I think where they can go a step further here is to install Spy cams in all of
the bathroom toilets so we know how much bathroom time is actually spent going
to the bathroom, and how much is spent on cell phones. It may sound invasive
but I'll bet the efficiency will go up and that's all that matters at the end
of the day, right?

Since efficiency can be broken down into money earned/lost, this should
probably start up the top-most level (CEO) since the highest paid positions
would yield the most gain/loss depending on efficiency changes. So once the
CEOs have spy cams installed in all of their toilets, we can really measure
how well efficiency improves!

EDIT:

I'm coming back to this because I don't think this is _quite_ efficient
enough. We should have a team of resident defecation experts who can detect
exactly when the CEO should start the wiping processes, and gradually phase
them out with AI that learns different pooping patterns. It can also give
recommendations to the employee in terms of eating more fiber to speed up the
defecating process and result in more solid stools, thus optimizing all
bathroom time and shortening the amount of wipes required to as little as
possible, again, to save more time and thus, money.

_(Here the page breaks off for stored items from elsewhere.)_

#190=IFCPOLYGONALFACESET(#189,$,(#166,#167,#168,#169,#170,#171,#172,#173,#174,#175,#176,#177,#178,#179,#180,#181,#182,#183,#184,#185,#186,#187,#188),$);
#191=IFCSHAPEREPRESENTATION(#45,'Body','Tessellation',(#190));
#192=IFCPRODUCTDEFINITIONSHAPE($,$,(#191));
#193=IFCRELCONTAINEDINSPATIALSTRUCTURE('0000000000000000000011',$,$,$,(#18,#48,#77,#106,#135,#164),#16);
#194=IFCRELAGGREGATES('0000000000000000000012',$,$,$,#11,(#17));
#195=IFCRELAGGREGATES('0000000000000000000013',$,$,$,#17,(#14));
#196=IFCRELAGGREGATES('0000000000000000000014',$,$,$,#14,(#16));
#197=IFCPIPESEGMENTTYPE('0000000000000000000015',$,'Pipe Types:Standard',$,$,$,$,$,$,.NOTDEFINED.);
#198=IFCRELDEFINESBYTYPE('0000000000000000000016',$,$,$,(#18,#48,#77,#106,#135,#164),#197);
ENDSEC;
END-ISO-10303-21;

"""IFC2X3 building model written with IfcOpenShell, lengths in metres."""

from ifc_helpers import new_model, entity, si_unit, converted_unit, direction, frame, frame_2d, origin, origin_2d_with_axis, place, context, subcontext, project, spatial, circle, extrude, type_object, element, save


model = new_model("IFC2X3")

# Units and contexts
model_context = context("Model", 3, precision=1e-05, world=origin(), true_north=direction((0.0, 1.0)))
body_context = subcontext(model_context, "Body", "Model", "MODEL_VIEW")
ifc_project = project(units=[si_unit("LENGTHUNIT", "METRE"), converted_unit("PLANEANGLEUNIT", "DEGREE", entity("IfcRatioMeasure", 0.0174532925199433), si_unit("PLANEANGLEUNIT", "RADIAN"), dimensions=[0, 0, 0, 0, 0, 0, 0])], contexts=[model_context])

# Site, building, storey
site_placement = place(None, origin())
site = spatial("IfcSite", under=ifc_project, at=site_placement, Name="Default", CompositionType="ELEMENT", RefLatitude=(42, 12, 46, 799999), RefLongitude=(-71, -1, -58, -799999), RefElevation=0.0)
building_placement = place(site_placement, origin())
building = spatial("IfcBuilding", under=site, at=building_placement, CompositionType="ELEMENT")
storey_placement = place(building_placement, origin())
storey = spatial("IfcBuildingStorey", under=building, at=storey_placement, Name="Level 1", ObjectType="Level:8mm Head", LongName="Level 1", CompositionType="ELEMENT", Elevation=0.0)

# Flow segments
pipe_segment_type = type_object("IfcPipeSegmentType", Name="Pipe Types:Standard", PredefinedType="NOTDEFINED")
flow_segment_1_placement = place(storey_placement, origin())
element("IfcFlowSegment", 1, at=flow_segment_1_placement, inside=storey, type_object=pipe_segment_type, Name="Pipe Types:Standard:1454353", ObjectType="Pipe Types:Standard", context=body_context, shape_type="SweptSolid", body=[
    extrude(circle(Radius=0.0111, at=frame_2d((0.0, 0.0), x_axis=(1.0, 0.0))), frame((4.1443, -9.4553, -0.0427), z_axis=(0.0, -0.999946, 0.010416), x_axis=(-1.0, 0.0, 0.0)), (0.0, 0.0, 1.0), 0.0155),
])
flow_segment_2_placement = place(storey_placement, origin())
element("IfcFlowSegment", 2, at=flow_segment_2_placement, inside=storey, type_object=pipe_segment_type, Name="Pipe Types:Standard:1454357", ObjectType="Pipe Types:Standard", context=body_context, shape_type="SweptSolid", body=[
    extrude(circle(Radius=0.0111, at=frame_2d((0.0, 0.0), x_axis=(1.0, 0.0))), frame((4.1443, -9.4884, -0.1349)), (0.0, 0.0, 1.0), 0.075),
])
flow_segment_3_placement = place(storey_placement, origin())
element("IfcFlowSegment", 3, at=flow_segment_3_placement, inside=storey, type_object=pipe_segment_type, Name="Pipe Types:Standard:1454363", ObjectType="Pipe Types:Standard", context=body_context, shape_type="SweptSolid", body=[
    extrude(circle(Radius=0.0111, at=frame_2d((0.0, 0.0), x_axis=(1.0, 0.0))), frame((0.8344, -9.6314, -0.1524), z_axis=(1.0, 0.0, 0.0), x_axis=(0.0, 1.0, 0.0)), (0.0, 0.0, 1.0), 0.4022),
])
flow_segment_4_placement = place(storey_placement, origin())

Not only that, but eating more fiber can prevent troubles like constipation as
well as other health issues, saving _even more_ money for the company when it
comes to healthcare.

These are just a few more ideas, but I have plenty more.

EDIT #2:

I feel stupid for not thinking of this earlier, but another good strategy to
prevent time away from the desk would be to simply remove all water and
refrigerators from the building, and naturally all bathrooms would follow
suit. The bathrooms would be replaced with closets filled with amphetamines,
which are huge efficiency boosters, and bananas, so the employees don't die of
hunger. The amphetamines will keep the heart rate so fast the bananas will be
burned off like fuel.

Now, I know what you're thinking, "but what about the pumping rooms for
breastfeeding moms? What happens to those?" It's a great question, with a
simple solution - Barclays doesn't hire parents anymore. This is about
efficiency, remember? Barclays will henceforth only hire asexual and sterile
men and women to nullify any risk of pregnancy.

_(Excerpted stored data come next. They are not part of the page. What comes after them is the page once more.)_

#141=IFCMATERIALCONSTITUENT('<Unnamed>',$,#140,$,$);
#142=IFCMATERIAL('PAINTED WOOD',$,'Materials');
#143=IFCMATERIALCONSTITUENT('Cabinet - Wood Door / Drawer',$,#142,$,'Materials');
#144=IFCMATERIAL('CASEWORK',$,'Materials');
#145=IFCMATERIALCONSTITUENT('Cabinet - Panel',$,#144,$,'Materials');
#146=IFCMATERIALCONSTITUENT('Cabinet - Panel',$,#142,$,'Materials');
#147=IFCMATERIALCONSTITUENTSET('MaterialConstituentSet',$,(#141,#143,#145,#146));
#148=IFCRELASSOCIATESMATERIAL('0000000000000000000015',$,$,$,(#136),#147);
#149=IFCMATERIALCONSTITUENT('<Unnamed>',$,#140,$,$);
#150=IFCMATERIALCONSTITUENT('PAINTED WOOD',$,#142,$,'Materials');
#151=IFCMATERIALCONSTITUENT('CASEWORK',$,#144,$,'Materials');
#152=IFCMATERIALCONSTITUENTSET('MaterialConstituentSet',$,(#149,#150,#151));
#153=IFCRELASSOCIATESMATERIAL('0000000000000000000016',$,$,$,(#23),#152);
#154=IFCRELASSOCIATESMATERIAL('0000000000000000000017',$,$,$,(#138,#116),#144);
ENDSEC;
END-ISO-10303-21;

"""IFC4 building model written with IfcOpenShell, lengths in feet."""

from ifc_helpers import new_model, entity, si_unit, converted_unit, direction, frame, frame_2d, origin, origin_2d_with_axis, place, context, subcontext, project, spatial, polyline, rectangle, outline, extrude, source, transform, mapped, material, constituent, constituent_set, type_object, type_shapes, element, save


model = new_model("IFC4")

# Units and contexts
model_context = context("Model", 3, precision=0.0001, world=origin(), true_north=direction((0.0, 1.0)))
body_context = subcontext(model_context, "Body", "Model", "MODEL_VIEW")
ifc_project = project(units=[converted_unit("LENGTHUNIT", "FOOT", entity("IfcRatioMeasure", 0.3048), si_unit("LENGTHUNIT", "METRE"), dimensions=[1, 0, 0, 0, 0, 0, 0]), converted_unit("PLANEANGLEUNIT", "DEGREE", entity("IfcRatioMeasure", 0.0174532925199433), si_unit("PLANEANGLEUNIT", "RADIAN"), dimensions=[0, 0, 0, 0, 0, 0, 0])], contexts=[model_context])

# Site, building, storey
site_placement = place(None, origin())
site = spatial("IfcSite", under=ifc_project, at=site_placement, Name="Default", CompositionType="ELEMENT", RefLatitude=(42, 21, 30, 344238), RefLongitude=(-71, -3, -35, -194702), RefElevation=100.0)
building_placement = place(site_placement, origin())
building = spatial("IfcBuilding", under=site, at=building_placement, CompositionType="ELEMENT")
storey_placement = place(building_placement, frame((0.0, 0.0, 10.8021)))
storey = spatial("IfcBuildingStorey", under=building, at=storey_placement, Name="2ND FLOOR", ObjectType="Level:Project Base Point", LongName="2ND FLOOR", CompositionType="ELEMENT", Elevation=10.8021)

However, for those parents who need to keep their job, Barclays will also
offer a free service called "reverse adoption" where you bring in your kids
and the company gives them away. This can save dozens of dollars per day from
employees getting distracted by things like "family" and "not working."

Between this, the spy cams in CEO toilets, the defecation expert AI, and
removing the bathrooms, there will be tons of money saved, a portion of which
will go towards financing the amphetamines and bananas. It'll be expensive for
all the drugs but the efficiency will be so high it'll be a drop in the
bucket!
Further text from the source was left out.